Try it: The following data has a line with "#173=IFCCOLUMNTYPE('0000000000000000000036',$,'TQS - Pilar" and a line with "#179=IFCMATERIAL('Concreto - Concreto". Write out exactly those lines and all the lines between them.

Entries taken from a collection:
* * *
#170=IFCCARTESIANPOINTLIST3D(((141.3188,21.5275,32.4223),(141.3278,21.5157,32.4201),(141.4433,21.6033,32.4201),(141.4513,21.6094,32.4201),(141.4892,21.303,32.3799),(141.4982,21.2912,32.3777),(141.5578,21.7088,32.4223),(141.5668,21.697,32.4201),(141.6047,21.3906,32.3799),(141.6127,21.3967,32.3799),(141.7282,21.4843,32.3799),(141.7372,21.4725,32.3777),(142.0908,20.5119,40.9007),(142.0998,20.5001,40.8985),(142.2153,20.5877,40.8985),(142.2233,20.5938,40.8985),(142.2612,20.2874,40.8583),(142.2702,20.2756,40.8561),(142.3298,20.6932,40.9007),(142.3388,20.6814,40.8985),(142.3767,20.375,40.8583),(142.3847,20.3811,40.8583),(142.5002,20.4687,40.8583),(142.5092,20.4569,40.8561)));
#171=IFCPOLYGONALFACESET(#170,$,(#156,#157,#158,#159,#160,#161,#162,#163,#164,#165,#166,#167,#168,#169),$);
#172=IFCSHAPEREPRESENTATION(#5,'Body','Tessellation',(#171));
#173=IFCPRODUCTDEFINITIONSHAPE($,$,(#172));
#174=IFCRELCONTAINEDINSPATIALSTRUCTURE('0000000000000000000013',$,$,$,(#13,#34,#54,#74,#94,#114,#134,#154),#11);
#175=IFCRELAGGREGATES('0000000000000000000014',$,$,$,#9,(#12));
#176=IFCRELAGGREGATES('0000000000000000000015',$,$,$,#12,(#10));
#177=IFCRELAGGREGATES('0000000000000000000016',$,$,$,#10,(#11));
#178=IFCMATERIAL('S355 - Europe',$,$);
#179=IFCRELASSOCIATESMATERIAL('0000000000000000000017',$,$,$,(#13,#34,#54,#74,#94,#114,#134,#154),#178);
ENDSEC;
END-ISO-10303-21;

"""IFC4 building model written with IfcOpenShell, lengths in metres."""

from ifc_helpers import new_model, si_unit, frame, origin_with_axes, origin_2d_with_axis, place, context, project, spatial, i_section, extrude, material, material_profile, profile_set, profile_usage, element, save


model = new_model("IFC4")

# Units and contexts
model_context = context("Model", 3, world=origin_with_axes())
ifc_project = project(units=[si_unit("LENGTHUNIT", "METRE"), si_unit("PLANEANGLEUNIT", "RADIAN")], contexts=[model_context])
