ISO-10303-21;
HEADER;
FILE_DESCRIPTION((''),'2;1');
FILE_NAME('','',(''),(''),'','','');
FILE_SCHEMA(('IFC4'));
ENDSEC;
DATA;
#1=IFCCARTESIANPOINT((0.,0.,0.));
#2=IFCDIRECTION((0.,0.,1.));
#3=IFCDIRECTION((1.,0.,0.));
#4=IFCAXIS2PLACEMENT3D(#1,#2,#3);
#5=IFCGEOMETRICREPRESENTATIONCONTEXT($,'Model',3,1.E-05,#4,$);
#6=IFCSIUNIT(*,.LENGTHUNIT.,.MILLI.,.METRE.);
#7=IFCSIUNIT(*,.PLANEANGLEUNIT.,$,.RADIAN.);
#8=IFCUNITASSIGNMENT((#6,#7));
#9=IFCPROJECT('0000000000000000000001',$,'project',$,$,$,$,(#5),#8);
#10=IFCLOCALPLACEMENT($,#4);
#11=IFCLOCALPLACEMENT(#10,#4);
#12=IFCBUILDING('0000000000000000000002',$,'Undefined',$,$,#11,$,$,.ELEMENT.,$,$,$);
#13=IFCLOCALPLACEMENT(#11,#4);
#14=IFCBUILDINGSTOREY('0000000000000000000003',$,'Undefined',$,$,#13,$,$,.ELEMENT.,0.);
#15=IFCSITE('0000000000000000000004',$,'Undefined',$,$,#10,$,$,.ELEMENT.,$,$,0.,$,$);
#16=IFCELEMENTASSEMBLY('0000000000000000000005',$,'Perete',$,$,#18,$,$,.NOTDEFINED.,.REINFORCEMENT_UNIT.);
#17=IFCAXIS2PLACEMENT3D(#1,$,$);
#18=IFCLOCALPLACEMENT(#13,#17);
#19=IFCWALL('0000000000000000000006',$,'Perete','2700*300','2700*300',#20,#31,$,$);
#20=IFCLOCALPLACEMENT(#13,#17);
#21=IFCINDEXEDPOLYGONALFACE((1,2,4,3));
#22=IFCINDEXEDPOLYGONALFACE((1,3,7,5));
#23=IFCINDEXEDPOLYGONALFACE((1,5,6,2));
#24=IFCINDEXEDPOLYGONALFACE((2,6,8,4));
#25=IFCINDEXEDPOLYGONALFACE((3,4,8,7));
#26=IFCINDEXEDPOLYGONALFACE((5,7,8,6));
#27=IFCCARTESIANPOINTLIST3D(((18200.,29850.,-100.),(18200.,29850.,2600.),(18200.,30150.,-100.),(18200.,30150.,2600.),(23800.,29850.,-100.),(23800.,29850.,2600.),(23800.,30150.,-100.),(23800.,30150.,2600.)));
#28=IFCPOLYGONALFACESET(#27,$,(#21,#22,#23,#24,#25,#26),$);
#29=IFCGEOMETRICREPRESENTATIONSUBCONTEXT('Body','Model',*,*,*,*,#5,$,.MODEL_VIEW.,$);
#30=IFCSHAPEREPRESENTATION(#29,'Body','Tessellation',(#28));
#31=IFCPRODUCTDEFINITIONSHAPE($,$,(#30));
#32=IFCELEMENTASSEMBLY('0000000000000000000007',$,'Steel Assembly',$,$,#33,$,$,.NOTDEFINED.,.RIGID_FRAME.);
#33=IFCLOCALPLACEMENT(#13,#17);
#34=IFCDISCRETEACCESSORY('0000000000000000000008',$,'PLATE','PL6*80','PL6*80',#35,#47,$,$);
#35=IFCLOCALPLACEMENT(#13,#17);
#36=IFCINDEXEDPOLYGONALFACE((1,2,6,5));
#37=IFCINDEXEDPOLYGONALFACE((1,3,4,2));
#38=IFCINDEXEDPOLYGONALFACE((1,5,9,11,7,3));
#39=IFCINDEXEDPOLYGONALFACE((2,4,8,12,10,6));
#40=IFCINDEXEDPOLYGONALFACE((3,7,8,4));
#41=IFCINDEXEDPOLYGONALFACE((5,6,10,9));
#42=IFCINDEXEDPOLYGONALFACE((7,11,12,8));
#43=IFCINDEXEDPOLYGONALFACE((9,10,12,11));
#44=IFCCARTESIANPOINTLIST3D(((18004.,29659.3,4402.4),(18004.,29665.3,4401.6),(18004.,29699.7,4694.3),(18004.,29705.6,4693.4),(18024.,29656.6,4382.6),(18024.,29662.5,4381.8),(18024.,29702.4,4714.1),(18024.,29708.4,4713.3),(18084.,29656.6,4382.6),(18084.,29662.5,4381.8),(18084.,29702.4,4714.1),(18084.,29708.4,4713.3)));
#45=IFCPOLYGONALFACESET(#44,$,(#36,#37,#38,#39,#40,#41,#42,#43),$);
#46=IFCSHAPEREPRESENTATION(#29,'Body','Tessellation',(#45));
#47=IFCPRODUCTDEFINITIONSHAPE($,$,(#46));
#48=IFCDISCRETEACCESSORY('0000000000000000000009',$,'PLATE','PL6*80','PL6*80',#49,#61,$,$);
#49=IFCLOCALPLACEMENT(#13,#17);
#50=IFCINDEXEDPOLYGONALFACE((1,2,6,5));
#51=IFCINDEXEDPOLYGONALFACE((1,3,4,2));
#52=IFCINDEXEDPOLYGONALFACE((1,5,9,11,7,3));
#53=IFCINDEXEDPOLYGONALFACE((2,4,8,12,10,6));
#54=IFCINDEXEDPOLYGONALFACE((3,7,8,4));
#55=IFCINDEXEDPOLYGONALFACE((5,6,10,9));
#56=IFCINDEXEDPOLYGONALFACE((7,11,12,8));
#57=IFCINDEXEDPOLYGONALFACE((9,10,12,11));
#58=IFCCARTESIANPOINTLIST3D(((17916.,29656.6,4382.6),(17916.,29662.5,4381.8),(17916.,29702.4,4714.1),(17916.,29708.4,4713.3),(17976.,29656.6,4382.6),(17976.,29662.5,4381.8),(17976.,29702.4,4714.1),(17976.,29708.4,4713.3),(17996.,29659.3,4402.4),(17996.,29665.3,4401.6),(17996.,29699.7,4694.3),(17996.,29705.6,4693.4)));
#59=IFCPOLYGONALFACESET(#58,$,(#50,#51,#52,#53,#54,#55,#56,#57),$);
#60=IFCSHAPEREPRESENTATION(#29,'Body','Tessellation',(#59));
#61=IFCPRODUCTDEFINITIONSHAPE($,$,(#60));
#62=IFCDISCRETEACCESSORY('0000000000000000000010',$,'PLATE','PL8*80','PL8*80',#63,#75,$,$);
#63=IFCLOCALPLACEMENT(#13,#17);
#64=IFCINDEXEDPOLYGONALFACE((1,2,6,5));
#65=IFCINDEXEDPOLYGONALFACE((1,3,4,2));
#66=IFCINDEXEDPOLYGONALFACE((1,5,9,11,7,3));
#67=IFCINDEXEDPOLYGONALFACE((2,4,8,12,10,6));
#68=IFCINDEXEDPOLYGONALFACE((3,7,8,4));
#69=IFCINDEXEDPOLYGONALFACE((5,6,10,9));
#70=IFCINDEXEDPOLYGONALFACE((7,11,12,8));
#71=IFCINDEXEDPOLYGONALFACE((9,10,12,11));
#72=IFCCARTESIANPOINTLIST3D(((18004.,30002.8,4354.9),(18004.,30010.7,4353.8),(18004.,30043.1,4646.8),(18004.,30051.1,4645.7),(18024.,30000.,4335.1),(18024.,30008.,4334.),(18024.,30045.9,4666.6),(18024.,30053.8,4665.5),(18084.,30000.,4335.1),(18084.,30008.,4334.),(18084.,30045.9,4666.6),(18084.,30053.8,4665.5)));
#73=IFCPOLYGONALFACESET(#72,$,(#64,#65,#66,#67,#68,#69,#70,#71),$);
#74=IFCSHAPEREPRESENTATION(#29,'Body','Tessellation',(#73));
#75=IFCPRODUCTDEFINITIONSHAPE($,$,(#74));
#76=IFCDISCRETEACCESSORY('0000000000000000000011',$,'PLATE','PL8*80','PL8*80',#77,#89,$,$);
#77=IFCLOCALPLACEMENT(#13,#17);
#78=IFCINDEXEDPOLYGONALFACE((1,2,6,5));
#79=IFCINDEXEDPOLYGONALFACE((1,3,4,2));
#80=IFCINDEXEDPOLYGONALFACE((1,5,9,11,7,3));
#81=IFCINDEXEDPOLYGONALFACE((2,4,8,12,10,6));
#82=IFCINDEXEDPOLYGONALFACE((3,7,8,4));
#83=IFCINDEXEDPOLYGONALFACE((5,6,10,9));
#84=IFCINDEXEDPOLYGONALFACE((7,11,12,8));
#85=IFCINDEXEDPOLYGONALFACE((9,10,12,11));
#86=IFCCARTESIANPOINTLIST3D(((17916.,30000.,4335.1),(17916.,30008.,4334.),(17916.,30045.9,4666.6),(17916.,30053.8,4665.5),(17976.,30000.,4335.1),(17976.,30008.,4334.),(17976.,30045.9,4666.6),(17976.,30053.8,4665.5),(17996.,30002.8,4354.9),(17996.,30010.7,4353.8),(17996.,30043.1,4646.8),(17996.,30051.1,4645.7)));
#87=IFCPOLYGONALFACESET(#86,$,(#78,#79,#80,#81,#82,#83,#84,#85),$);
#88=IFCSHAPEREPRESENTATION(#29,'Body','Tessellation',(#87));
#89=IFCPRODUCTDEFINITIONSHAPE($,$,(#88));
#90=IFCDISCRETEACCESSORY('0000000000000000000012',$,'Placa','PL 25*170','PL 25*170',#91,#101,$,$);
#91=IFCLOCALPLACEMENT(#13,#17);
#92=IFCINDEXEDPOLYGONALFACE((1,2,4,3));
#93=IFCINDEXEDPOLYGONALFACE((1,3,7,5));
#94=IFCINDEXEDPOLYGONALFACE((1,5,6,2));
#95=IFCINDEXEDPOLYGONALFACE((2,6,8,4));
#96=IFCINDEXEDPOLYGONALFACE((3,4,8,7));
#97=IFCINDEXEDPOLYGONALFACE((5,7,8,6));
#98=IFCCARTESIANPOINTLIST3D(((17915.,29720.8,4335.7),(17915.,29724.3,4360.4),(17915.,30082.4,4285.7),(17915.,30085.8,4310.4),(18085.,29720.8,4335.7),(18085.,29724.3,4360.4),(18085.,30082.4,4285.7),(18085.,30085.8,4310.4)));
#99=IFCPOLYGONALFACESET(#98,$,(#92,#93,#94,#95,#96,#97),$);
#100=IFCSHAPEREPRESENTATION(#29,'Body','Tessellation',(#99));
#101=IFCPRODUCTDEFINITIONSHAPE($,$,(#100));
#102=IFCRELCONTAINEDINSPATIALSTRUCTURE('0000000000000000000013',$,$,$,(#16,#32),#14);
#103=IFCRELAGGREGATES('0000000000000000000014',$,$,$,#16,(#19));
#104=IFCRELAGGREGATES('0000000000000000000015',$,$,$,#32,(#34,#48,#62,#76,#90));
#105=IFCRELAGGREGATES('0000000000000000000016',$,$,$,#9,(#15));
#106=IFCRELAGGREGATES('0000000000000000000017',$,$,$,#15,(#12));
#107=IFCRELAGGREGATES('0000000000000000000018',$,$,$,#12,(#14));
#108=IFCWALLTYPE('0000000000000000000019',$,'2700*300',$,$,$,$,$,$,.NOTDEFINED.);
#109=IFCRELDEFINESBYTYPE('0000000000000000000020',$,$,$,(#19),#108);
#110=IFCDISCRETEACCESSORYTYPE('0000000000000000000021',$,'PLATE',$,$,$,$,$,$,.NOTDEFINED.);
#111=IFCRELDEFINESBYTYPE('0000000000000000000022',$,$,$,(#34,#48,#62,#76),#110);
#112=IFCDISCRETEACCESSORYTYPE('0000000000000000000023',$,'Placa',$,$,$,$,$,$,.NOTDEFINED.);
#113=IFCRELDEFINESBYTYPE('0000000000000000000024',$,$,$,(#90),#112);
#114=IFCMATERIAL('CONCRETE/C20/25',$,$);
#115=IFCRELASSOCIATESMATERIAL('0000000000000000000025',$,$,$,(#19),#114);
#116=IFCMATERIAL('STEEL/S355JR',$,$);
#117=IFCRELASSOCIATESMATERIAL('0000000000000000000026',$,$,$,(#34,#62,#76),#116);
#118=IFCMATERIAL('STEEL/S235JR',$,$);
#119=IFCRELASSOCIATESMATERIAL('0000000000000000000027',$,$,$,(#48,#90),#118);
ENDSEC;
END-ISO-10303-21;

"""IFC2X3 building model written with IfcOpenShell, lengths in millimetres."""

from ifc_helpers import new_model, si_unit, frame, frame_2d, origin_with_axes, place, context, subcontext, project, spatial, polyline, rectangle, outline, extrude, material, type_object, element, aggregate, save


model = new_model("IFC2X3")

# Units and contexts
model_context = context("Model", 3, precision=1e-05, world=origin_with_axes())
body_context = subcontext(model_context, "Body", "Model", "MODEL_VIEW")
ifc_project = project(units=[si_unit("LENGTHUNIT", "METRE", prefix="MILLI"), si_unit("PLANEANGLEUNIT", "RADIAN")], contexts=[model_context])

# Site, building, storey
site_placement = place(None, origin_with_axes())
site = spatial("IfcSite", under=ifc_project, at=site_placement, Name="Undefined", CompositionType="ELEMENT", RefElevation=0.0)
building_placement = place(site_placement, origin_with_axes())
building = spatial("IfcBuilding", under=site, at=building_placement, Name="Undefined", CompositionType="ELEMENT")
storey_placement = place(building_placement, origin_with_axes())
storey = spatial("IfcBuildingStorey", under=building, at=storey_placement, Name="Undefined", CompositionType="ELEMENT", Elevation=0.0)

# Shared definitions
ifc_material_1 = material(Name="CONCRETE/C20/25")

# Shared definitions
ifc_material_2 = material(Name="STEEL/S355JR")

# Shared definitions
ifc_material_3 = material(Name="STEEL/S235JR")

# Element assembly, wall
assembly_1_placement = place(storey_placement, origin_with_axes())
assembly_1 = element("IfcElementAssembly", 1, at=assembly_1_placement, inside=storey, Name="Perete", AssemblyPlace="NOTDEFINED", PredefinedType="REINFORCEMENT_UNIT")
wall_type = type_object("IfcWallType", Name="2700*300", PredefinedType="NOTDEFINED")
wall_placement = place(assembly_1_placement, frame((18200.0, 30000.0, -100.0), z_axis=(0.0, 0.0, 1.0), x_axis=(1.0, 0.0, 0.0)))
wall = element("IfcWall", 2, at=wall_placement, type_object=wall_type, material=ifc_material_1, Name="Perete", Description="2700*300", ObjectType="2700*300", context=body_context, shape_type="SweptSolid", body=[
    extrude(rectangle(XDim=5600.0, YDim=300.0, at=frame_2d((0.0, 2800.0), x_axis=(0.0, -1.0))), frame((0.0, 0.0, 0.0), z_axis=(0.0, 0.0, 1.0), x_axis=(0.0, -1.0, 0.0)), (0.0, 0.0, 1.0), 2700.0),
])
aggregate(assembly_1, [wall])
* * *
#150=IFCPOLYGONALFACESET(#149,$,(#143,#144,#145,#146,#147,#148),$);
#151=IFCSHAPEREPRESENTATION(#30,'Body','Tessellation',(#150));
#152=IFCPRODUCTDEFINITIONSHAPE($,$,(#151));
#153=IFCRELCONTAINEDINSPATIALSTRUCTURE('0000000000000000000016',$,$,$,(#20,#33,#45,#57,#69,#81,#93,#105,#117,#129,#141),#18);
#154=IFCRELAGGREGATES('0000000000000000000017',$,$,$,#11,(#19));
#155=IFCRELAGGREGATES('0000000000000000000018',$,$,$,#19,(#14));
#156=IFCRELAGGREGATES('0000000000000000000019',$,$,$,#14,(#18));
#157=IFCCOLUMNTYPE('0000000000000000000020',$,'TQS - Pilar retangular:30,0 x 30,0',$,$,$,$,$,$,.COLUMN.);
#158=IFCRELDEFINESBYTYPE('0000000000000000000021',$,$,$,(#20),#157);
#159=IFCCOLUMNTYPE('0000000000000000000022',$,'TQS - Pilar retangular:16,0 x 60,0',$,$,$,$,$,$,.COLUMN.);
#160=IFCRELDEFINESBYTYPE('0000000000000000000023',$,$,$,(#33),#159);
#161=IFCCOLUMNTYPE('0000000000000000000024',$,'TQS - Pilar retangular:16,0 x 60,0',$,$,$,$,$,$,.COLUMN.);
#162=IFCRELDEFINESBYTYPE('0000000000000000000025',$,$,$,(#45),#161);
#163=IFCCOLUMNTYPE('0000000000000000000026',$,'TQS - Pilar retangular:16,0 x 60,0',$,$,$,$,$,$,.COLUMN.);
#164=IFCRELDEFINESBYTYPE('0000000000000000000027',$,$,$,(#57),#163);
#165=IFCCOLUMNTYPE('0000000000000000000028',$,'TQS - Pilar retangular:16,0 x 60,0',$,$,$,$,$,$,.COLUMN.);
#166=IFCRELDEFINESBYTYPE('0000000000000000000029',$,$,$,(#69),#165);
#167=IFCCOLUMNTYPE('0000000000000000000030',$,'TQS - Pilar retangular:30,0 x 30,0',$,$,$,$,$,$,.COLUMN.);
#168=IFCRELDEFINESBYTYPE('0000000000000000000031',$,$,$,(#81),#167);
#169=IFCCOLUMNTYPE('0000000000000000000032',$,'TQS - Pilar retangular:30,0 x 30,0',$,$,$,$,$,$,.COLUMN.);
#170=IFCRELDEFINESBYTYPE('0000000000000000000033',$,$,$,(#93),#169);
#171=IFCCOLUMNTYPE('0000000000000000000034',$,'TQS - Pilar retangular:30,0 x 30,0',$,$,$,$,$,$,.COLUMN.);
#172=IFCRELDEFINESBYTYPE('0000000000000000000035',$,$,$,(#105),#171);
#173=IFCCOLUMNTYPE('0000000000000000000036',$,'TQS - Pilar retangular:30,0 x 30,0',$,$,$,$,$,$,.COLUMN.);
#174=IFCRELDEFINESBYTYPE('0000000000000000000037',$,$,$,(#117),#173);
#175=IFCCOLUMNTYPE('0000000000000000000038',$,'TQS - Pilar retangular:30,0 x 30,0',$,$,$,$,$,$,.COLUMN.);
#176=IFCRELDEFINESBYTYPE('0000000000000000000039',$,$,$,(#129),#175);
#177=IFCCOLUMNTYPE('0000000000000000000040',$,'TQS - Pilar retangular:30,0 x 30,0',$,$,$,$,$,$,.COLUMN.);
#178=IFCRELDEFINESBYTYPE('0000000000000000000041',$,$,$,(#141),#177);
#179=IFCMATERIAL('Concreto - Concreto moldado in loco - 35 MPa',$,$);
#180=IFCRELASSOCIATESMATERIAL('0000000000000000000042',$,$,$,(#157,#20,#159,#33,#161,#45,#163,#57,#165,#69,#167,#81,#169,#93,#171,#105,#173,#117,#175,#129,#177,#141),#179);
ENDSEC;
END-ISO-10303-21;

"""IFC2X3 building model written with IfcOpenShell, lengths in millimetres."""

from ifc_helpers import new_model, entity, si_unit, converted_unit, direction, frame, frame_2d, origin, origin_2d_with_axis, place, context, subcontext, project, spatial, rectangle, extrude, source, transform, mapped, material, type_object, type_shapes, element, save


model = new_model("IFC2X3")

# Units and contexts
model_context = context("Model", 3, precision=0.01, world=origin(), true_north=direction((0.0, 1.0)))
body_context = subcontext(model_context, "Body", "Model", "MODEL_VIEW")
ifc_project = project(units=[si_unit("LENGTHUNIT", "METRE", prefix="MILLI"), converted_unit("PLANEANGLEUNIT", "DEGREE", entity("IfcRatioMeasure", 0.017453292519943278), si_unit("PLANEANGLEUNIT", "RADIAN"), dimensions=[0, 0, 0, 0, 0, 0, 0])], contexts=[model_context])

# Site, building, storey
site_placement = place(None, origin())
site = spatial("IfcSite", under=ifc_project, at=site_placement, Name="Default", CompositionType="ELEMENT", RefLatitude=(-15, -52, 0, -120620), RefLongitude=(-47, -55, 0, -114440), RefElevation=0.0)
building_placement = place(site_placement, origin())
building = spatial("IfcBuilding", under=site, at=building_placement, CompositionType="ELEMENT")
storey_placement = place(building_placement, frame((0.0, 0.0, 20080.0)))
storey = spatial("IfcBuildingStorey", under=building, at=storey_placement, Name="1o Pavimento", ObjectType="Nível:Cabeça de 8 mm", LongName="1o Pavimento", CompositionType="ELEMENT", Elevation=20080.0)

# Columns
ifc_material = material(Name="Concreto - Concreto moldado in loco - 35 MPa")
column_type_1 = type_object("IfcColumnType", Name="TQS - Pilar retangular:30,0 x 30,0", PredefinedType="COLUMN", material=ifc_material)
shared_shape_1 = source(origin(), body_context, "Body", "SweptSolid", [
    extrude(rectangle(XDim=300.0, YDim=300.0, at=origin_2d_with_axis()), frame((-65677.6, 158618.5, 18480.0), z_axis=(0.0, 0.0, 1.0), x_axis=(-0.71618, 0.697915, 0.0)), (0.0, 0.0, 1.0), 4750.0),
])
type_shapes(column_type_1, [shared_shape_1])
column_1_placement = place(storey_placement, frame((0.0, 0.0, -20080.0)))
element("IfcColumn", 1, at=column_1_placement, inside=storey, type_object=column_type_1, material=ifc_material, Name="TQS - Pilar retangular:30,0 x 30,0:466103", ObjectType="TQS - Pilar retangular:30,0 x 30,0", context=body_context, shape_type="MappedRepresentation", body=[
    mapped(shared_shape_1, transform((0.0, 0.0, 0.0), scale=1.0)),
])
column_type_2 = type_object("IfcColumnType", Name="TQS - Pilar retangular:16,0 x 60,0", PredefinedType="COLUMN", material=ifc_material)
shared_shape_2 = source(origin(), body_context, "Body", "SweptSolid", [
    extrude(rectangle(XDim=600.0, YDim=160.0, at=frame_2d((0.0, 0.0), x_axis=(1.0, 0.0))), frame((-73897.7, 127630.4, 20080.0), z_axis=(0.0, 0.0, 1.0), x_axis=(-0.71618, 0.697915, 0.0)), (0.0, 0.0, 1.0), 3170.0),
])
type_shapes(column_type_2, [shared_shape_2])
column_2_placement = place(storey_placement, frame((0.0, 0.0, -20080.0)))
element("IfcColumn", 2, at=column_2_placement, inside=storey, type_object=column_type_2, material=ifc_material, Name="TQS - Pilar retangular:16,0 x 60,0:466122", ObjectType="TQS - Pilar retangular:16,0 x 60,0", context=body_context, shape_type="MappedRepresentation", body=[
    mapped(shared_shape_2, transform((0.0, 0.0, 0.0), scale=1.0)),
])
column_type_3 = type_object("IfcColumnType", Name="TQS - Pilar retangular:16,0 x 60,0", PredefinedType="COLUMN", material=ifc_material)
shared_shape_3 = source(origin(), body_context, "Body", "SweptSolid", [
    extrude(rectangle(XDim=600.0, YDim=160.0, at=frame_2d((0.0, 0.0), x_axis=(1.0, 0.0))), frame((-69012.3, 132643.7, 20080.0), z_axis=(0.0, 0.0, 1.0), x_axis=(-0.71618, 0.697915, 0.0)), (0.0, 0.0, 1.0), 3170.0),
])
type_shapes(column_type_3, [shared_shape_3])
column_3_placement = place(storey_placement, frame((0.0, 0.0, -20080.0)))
* * *
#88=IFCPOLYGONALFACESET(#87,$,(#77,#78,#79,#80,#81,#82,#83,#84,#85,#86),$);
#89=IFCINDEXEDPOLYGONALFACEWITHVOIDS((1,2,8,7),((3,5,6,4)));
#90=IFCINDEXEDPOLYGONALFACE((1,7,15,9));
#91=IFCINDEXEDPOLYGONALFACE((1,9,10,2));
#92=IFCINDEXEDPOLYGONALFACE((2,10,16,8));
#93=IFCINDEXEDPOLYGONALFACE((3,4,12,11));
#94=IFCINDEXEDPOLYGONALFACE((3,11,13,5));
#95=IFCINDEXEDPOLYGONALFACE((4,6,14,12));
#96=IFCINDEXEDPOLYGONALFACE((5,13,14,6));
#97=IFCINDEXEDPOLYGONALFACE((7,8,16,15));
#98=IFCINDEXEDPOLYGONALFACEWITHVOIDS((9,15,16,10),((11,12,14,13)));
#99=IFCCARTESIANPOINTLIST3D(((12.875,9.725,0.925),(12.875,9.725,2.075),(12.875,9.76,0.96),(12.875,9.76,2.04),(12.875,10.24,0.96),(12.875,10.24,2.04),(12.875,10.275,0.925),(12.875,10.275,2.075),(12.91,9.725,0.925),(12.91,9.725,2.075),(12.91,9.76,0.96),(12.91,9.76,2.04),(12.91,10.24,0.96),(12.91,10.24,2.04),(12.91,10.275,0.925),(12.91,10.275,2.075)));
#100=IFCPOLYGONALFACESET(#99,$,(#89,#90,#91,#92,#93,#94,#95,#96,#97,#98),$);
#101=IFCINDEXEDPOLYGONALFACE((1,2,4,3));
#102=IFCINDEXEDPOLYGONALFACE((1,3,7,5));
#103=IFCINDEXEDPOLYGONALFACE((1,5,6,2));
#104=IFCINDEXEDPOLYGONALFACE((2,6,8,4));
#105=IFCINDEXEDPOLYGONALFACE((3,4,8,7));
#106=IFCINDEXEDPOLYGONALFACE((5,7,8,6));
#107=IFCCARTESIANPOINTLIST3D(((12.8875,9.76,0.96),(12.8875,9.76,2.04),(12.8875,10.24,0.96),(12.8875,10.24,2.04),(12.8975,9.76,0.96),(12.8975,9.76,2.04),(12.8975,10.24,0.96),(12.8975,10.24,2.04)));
* * *
Answer to this exercise:
#173=IFCCOLUMNTYPE('0000000000000000000036',$,'TQS - Pilar retangular:30,0 x 30,0',$,$,$,$,$,$,.COLUMN.);
#174=IFCRELDEFINESBYTYPE('0000000000000000000037',$,$,$,(#117),#173);
#175=IFCCOLUMNTYPE('0000000000000000000038',$,'TQS - Pilar retangular:30,0 x 30,0',$,$,$,$,$,$,.COLUMN.);
#176=IFCRELDEFINESBYTYPE('0000000000000000000039',$,$,$,(#129),#175);
#177=IFCCOLUMNTYPE('0000000000000000000040',$,'TQS - Pilar retangular:30,0 x 30,0',$,$,$,$,$,$,.COLUMN.);
#178=IFCRELDEFINESBYTYPE('0000000000000000000041',$,$,$,(#141),#177);
#179=IFCMATERIAL('Concreto - Concreto moldado in loco - 35 MPa',$,$);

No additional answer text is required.